赵璟嗤笑一声。
这京城里的权贵有一个算一个,满脑子尽是利益权衡,何曾懂得什么是真情?
不过是出于占有欲,或是看在孩子的份上,不想让她离开罢了。
姜翎难道看不清吗?
不,她如今看得比谁都明白,只是身陷局中,无可奈何。
马车摇摇晃晃地走了许久。
银杏和银红不知道姜翎要去哪,带着一腔困惑都快睡着了。
姜翎端坐的脊背也微微松懈了下来,靠在软垫上,望着窗外飞速掠过的树影怔怔出神。
月光如水银泻地,将官道照得一片清辉,仿佛天地间只剩下她们这一辆车还在深夜独行。
车夫压低的催马声、规律的蹄声、轮轴转动的吱呀声,交织成夜的催眠曲。
在这万籁俱寂之中,她忽然想起很多年前,自己还是那个天不怕地不怕的姜家大小姐,带着一群半大孩子爬树掏鸟窝、下河摸鱼的时光。
那时她以为自己是无所不能的。
除了没有父亲,她比任何人都要活得肆意张扬。
可后来……
急促的马蹄声由远及近,如惊雷般撕裂夜的宁静,每一步都精准地踏在她的心尖上。
该来的,终究还是来了。
姜翎缓缓直起身,整理了一下微皱的衣襟,眼底最后一丝?迷茫被冷静取代。
有人,追来了。
她轻轻掀开车帘一角,只见月光下一骑绝尘而来,玄色披风在风中猎猎作响,几乎要与夜色融为一体。

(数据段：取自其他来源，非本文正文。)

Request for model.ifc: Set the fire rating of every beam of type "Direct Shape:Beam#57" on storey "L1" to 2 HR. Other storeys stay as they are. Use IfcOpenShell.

First a look at what the model holds.

```python
import ifcopenshell
import ifcopenshell.util.element

model = ifcopenshell.open("model.ifc")
print(model.schema)
storey = next(s for s in model.by_type("IfcBuildingStorey") if s.Name == "L1")
beams = [e for e in ifcopenshell.util.element.get_decomposition(storey) if e.is_a("IfcBeam")]
seen = {}
for e in beams:
    element_type = ifcopenshell.util.element.get_type(e)
    key = (element_type.Name if element_type != e and element_type else None, ifcopenshell.util.element.get_pset(e, "Pset_BeamCommon", "FireRating"))
    seen[key] = seen.get(key, 0) + 1
for (name, value), count in sorted(seen.items(), key=str):
    print(count, "x", name, "|", value)
```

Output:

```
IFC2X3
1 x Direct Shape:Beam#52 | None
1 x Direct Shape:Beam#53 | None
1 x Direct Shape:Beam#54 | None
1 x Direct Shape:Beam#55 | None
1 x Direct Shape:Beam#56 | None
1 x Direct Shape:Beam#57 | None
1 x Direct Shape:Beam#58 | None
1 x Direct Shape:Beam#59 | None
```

```python
import ifcopenshell
import ifcopenshell.api.pset
import ifcopenshell.util.element

model = ifcopenshell.open("model.ifc")

storey = next(s for s in model.by_type("IfcBuildingStorey") if s.Name == "L1")
beams = [e for e in ifcopenshell.util.element.get_decomposition(storey) if e.is_a("IfcBeam")]

count = 0
for e in beams:
    element_type = ifcopenshell.util.element.get_type(e)
    if element_type in (None, e) or element_type.Name != "Direct Shape:Beam#57":
        continue
    # add_pset returns the element's existing set when there is one.
    pset = ifcopenshell.api.pset.add_pset(model, product=e, name="Pset_BeamCommon")
    ifcopenshell.api.pset.edit_pset(model, pset=pset, properties={"FireRating": "2 HR"})
    count += 1

print(count, "beams updated")

model.write("model_updated.ifc")
```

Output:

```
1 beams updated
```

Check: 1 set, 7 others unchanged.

马上之人的身影挺拔如松,即便隔着一段距离,也能感受到那股迫人的气势。
在他身后不远处,隐约还跟着人影。
“停车。”
她的声音平静无波,仿佛早已预料到这一刻的到来。
马车缓缓停下,银杏和银红被惊醒,茫然地看着自家夫人。
而姜翎已经推开车门,站在车辕上,静静地等待着那个男人的到来。
夜风吹起她的裙摆和发丝,在月光下宛如即将乘风归去的仙子。
来人在她面前勒住马,深邃的目光在她身上停留片刻,待呼吸平稳,驱着马,一步步走到她面前。
“夜深露重,夫人这是要去何处?”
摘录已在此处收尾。